Dataset excerpts
++++++++

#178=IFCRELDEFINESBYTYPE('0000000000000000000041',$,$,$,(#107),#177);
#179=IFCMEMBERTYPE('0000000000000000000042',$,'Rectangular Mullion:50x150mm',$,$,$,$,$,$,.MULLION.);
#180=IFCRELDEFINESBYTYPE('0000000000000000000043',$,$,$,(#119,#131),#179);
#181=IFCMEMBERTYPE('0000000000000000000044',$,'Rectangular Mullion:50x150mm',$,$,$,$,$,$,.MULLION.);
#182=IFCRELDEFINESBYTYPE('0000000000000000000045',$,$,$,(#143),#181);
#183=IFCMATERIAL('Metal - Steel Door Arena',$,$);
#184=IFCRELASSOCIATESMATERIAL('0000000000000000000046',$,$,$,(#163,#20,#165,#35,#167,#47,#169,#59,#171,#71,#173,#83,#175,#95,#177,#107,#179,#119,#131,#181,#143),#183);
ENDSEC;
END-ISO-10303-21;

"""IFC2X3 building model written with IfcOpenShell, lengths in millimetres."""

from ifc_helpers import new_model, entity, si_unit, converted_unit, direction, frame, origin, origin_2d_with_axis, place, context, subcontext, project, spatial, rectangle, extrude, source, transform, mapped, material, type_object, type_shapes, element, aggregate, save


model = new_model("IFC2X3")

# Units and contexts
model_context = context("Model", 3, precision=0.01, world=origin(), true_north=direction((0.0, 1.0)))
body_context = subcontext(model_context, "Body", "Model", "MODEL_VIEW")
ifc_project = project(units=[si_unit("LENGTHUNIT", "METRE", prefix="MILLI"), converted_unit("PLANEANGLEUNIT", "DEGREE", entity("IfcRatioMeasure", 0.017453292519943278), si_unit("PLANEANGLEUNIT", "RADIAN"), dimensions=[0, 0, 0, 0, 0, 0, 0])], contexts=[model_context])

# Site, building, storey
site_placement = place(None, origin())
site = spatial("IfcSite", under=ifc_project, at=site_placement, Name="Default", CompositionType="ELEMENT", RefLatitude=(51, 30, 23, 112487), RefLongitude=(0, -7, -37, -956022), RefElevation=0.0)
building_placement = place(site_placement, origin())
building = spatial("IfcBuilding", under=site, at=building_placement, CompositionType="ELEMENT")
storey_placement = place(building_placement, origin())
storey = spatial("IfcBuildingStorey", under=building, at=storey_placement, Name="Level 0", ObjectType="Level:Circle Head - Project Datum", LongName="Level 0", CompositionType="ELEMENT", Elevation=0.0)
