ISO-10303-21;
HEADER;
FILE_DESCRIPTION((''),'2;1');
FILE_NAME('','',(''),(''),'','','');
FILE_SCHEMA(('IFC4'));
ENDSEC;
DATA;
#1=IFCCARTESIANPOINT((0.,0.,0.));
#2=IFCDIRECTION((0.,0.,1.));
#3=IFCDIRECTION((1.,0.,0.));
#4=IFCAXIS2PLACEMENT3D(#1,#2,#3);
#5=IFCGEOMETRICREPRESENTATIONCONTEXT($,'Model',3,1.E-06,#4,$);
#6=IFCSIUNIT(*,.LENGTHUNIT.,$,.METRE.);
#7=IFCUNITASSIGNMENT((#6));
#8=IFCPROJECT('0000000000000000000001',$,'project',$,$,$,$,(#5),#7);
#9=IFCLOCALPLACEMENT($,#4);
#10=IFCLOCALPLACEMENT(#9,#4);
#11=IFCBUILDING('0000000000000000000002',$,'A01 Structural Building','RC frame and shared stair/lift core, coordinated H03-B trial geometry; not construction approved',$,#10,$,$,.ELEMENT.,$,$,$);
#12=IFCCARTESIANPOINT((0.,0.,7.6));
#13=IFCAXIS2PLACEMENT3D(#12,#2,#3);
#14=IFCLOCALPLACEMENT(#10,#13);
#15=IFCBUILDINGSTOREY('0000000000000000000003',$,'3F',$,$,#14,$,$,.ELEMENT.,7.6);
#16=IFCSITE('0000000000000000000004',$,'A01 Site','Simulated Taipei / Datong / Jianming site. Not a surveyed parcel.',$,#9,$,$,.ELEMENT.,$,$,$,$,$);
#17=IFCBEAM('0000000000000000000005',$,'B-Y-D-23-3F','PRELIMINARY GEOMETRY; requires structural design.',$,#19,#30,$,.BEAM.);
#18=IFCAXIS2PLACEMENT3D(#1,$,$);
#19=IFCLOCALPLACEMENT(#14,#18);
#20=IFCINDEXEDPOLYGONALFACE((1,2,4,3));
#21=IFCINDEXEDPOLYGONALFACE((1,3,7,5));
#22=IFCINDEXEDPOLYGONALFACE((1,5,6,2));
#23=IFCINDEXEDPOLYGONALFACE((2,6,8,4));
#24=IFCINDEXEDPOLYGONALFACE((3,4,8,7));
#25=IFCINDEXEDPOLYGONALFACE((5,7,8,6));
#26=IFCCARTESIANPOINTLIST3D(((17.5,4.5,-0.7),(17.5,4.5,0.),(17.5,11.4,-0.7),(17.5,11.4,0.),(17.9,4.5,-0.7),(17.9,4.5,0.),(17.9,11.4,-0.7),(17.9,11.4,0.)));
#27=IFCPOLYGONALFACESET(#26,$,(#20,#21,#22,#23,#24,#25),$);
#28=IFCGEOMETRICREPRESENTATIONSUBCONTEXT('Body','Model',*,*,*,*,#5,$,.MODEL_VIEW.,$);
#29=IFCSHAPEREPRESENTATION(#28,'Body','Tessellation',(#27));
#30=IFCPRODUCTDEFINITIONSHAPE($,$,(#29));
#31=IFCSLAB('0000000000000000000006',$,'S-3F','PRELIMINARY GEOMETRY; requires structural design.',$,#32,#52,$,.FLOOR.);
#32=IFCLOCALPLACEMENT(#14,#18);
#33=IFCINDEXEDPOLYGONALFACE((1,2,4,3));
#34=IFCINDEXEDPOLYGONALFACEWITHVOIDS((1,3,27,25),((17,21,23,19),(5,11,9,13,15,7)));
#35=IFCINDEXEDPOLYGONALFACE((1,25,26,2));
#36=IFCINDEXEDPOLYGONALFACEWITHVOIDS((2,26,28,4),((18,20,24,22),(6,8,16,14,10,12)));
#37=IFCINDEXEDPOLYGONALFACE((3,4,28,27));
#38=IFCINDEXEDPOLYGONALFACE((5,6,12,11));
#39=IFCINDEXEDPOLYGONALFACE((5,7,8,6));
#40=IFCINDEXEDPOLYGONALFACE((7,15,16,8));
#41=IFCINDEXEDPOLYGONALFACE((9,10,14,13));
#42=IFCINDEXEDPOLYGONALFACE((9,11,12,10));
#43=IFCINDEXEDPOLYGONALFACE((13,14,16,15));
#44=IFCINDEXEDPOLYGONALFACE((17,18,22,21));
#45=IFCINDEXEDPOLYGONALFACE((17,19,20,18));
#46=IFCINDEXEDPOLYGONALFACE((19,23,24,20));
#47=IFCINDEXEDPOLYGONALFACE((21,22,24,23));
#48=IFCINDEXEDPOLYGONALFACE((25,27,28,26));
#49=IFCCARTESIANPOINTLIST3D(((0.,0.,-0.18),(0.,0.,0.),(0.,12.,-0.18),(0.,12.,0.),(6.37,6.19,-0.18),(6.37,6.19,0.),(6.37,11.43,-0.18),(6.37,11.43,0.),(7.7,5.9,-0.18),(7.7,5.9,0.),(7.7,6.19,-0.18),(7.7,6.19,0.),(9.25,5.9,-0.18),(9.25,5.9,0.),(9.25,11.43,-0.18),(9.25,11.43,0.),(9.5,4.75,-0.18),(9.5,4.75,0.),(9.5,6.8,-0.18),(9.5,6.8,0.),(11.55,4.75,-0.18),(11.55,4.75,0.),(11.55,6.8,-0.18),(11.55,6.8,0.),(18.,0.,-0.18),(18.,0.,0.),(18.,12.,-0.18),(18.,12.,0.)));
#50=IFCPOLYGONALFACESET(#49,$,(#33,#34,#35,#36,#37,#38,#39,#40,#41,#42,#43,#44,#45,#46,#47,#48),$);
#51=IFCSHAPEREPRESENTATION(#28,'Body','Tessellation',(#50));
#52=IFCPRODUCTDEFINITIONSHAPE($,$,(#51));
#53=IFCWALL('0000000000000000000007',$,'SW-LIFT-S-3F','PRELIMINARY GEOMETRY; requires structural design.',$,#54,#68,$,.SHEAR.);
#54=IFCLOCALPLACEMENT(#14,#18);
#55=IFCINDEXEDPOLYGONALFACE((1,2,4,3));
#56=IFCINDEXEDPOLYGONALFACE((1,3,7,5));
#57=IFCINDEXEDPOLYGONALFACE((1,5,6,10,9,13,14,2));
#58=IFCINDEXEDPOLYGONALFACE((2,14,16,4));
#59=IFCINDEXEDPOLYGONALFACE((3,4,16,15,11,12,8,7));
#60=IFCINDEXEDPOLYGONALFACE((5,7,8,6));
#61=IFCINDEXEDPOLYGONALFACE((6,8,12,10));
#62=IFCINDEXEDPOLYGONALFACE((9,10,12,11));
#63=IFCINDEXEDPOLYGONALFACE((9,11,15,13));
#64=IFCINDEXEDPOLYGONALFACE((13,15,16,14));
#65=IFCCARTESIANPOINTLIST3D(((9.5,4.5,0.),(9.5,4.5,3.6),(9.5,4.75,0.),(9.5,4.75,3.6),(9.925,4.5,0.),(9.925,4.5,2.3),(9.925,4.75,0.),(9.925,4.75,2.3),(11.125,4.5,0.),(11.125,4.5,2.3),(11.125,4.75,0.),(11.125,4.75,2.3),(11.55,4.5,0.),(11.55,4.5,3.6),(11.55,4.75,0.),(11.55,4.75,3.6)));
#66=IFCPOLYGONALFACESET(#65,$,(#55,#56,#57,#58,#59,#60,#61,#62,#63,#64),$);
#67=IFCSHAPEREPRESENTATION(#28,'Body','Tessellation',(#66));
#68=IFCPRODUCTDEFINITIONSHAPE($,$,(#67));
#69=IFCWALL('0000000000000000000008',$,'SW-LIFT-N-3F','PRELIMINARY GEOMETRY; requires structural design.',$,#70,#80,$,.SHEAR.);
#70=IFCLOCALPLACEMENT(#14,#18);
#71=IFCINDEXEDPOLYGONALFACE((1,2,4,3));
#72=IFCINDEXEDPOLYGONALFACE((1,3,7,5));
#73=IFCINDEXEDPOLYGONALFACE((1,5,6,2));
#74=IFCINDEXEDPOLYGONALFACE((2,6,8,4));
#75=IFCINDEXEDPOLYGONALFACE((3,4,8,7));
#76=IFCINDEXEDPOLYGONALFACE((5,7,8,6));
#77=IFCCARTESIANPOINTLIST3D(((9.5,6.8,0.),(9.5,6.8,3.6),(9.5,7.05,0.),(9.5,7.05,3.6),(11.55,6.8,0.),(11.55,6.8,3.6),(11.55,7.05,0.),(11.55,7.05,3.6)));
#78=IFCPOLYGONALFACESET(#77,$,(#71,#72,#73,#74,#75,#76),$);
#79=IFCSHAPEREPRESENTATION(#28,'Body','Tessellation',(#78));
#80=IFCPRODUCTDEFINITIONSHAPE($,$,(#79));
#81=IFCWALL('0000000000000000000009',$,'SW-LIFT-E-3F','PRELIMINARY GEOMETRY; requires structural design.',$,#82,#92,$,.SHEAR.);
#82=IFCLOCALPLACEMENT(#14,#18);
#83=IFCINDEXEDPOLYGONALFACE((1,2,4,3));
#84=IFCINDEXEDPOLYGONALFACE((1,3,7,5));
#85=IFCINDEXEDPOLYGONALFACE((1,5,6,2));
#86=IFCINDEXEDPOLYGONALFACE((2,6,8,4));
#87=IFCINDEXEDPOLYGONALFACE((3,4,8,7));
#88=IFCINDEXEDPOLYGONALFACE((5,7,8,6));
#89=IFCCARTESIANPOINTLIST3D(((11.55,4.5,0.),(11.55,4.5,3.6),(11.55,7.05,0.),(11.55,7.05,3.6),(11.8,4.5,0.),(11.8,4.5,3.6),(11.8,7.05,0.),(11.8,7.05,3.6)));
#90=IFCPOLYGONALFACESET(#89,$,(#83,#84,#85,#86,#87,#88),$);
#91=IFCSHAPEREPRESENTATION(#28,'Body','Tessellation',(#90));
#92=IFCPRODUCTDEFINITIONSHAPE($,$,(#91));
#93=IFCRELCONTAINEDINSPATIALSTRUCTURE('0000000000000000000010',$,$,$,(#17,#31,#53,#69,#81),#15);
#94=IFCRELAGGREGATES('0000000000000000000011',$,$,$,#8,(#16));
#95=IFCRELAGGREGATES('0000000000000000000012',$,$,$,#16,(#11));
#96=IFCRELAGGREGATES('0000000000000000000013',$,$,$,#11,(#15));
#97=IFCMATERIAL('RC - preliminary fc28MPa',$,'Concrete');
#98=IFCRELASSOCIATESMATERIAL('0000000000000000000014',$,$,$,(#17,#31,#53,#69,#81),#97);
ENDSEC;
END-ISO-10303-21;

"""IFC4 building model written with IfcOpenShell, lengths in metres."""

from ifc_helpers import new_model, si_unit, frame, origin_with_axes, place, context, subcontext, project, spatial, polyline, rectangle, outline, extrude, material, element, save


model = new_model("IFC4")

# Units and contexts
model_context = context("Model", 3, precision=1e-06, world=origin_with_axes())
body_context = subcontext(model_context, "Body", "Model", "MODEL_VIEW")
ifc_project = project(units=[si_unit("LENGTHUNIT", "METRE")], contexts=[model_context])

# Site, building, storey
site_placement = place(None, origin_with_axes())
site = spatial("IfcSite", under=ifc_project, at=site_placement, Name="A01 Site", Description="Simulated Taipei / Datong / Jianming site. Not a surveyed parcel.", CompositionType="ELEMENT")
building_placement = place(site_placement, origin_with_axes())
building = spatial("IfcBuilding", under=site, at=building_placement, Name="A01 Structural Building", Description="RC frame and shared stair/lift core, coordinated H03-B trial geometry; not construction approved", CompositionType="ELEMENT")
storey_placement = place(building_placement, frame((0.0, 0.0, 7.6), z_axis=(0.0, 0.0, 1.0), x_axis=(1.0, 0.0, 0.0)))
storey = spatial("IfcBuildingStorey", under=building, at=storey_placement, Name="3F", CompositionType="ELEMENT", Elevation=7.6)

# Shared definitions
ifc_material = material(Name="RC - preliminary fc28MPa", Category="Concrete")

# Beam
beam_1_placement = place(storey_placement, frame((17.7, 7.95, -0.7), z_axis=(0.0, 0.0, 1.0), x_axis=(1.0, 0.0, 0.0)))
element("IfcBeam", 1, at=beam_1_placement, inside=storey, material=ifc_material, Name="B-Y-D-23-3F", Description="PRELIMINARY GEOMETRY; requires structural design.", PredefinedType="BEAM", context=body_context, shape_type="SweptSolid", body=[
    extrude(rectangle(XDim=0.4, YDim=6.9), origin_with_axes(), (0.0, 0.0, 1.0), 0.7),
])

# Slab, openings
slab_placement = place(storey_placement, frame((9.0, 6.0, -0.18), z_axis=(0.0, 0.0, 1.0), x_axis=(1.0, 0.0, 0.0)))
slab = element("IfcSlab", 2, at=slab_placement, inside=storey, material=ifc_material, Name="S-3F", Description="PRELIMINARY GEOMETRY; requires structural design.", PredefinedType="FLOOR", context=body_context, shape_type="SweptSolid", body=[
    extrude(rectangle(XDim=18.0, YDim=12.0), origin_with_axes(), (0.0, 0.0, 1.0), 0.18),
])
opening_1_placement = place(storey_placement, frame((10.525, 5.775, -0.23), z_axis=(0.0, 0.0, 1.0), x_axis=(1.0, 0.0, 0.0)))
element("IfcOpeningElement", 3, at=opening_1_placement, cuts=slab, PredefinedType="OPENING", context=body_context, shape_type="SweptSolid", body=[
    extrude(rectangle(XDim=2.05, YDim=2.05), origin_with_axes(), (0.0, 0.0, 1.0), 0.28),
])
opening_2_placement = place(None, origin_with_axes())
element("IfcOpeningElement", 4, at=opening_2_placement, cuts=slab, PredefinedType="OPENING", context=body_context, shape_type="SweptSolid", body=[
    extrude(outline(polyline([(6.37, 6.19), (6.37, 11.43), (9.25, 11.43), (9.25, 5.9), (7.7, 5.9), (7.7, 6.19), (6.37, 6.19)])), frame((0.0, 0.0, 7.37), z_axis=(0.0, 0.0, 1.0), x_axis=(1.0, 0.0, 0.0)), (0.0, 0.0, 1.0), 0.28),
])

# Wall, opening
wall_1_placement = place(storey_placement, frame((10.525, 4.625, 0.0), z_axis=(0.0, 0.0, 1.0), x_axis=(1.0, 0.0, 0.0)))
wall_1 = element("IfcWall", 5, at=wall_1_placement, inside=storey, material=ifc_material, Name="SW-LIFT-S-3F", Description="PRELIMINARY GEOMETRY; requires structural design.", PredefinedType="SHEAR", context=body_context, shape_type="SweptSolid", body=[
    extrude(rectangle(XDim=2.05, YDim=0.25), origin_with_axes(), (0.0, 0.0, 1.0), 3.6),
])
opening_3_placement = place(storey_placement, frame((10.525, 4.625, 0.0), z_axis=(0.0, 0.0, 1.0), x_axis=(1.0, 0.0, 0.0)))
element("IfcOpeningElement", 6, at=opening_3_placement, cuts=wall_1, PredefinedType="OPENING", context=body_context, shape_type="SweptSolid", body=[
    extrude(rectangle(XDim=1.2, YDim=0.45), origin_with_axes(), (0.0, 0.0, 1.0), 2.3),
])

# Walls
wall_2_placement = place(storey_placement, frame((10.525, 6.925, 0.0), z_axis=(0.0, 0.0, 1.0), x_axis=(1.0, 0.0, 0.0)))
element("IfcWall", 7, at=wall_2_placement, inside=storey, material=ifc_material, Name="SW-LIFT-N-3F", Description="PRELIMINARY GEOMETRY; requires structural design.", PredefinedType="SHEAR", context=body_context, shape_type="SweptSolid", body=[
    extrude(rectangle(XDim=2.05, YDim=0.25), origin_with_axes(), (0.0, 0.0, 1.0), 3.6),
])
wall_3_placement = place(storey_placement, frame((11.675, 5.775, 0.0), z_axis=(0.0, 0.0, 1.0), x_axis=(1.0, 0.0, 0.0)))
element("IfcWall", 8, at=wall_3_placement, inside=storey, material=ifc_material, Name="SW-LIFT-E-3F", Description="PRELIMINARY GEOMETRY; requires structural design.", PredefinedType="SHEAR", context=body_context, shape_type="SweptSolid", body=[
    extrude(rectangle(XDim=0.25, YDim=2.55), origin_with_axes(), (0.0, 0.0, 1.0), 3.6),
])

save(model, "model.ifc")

++++++++

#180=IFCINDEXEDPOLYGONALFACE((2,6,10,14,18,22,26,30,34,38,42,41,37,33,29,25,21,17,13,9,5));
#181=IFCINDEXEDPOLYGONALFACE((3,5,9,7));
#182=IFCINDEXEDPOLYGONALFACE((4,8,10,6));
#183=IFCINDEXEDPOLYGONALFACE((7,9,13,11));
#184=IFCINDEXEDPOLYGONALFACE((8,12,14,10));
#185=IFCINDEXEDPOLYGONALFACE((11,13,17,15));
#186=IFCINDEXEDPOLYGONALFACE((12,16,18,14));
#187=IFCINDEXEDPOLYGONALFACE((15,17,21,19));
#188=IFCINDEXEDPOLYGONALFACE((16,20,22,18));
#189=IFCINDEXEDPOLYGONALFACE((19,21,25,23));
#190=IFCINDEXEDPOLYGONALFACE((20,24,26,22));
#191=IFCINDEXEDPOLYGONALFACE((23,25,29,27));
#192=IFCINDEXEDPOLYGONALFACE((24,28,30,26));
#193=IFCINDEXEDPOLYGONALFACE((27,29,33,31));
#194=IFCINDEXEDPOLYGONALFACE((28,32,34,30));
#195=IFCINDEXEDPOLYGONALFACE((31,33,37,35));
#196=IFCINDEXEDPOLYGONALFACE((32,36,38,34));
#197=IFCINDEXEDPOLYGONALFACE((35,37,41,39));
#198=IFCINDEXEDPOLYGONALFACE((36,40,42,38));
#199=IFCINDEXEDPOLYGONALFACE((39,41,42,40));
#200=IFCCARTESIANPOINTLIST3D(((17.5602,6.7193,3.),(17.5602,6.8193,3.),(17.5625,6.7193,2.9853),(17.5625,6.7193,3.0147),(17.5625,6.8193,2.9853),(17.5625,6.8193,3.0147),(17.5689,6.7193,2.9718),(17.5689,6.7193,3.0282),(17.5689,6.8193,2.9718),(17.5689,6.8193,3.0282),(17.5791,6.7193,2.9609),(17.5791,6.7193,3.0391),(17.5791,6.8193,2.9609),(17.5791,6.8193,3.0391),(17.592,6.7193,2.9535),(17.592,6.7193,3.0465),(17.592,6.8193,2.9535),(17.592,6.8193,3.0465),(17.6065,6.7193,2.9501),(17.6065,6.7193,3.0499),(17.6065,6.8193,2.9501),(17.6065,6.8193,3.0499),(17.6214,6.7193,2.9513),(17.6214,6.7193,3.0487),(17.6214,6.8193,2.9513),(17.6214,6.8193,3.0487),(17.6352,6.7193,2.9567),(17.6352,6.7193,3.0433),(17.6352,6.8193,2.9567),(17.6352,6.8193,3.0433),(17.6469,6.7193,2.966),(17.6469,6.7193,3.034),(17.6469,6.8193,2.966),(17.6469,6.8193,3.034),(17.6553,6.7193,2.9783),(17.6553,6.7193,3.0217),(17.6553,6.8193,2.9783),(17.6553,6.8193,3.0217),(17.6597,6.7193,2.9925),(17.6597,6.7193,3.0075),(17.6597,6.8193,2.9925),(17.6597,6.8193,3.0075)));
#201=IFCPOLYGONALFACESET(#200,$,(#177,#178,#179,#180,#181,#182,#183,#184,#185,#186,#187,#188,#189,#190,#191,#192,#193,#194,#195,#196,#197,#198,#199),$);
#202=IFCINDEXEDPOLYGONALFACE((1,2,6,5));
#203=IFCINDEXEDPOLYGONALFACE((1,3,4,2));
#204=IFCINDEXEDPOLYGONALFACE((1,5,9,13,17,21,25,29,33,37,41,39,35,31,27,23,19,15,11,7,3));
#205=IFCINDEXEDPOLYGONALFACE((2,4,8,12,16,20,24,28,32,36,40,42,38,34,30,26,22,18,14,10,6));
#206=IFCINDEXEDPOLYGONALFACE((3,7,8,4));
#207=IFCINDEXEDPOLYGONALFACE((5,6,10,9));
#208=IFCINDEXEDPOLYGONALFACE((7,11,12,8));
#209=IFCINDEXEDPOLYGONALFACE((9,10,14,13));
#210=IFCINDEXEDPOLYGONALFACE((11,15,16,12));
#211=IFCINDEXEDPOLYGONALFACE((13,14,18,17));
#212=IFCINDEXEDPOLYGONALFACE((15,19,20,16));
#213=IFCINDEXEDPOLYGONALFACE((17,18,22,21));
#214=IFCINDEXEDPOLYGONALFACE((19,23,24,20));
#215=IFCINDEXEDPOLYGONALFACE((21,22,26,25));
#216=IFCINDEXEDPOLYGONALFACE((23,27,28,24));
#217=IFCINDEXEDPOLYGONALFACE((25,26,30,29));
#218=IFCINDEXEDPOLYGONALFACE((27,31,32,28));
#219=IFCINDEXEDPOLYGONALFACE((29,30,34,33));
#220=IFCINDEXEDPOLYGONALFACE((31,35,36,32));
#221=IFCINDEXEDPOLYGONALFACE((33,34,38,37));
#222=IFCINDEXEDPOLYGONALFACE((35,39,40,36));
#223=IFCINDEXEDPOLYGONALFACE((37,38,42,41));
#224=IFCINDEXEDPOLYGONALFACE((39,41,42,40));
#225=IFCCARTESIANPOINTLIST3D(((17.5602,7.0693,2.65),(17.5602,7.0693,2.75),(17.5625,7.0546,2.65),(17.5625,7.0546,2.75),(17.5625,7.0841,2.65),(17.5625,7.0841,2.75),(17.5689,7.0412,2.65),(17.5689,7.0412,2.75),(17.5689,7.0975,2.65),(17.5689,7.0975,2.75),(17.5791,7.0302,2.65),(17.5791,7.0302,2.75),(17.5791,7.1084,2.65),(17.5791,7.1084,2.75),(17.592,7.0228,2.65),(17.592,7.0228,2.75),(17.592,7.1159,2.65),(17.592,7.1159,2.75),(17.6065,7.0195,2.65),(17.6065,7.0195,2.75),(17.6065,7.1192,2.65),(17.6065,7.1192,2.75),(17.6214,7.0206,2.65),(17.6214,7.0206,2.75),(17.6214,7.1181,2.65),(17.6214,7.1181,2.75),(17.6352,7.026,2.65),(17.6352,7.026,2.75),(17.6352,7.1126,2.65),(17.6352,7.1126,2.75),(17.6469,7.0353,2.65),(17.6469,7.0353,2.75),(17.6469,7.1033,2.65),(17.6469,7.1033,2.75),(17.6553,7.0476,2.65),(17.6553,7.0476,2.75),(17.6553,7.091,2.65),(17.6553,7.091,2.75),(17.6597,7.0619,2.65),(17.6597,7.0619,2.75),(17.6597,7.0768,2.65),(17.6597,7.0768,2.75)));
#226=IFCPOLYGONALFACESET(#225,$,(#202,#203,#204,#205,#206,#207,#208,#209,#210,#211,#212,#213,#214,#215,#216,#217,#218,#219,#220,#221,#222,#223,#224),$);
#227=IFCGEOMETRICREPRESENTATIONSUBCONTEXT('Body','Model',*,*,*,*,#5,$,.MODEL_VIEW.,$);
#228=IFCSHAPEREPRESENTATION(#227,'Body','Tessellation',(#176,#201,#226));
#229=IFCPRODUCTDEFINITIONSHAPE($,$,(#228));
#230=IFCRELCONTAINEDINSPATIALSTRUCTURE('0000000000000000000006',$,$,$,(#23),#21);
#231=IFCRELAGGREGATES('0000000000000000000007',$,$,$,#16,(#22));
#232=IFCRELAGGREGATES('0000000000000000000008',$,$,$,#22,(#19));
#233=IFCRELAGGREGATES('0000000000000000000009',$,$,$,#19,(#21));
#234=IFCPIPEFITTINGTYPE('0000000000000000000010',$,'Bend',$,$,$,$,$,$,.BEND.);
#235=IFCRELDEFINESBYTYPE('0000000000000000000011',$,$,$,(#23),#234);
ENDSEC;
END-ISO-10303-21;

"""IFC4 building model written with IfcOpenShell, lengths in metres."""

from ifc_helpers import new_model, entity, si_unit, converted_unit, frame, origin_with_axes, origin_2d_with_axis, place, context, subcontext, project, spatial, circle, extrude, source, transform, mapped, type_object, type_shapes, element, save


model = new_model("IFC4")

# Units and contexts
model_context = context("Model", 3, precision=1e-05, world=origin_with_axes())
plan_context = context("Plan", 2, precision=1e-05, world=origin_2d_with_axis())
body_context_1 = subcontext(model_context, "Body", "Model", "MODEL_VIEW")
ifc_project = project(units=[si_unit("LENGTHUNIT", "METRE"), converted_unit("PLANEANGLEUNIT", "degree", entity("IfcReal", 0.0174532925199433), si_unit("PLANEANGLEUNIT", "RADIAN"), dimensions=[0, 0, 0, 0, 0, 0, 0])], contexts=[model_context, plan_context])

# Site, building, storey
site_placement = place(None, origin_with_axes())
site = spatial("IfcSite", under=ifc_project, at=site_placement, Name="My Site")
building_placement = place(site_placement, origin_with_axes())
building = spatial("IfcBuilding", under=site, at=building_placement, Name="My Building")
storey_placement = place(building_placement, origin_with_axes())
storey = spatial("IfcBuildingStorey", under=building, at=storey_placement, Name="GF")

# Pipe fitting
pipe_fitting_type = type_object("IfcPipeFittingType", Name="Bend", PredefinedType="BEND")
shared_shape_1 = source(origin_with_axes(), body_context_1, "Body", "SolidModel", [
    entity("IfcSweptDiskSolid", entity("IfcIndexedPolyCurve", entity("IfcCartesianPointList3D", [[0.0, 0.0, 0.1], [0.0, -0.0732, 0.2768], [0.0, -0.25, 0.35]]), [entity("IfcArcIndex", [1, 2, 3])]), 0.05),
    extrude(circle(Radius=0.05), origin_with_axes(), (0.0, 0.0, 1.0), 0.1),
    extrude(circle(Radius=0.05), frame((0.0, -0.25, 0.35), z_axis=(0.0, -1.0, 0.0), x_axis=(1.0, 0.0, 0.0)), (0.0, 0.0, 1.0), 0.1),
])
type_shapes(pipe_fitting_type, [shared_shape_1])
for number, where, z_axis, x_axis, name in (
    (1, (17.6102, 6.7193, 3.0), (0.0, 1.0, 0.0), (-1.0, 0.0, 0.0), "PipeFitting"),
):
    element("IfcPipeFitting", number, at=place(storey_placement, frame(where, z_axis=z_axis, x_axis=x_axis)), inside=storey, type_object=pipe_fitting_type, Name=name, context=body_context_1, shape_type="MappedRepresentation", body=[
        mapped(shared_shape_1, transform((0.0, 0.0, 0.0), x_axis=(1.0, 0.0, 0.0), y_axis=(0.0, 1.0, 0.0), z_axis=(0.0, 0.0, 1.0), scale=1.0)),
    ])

++++++++

Task requirements >>
Take the records above and return, word for word, only the lines that fall from the line with "#182=IFCINDEXEDPOLYGONALFACE((4,8,10,6));" to the line with "#192=IFCINDEXEDPOLYGONALFACE((24,28,30,26));", both of them included.

Expected answer >>
#182=IFCINDEXEDPOLYGONALFACE((4,8,10,6));
#183=IFCINDEXEDPOLYGONALFACE((7,9,13,11));
#184=IFCINDEXEDPOLYGONALFACE((8,12,14,10));
#185=IFCINDEXEDPOLYGONALFACE((11,13,17,15));
#186=IFCINDEXEDPOLYGONALFACE((12,16,18,14));
#187=IFCINDEXEDPOLYGONALFACE((15,17,21,19));
#188=IFCINDEXEDPOLYGONALFACE((16,20,22,18));
#189=IFCINDEXEDPOLYGONALFACE((19,21,25,23));
#190=IFCINDEXEDPOLYGONALFACE((20,24,26,22));
#191=IFCINDEXEDPOLYGONALFACE((23,25,29,27));
#192=IFCINDEXEDPOLYGONALFACE((24,28,30,26));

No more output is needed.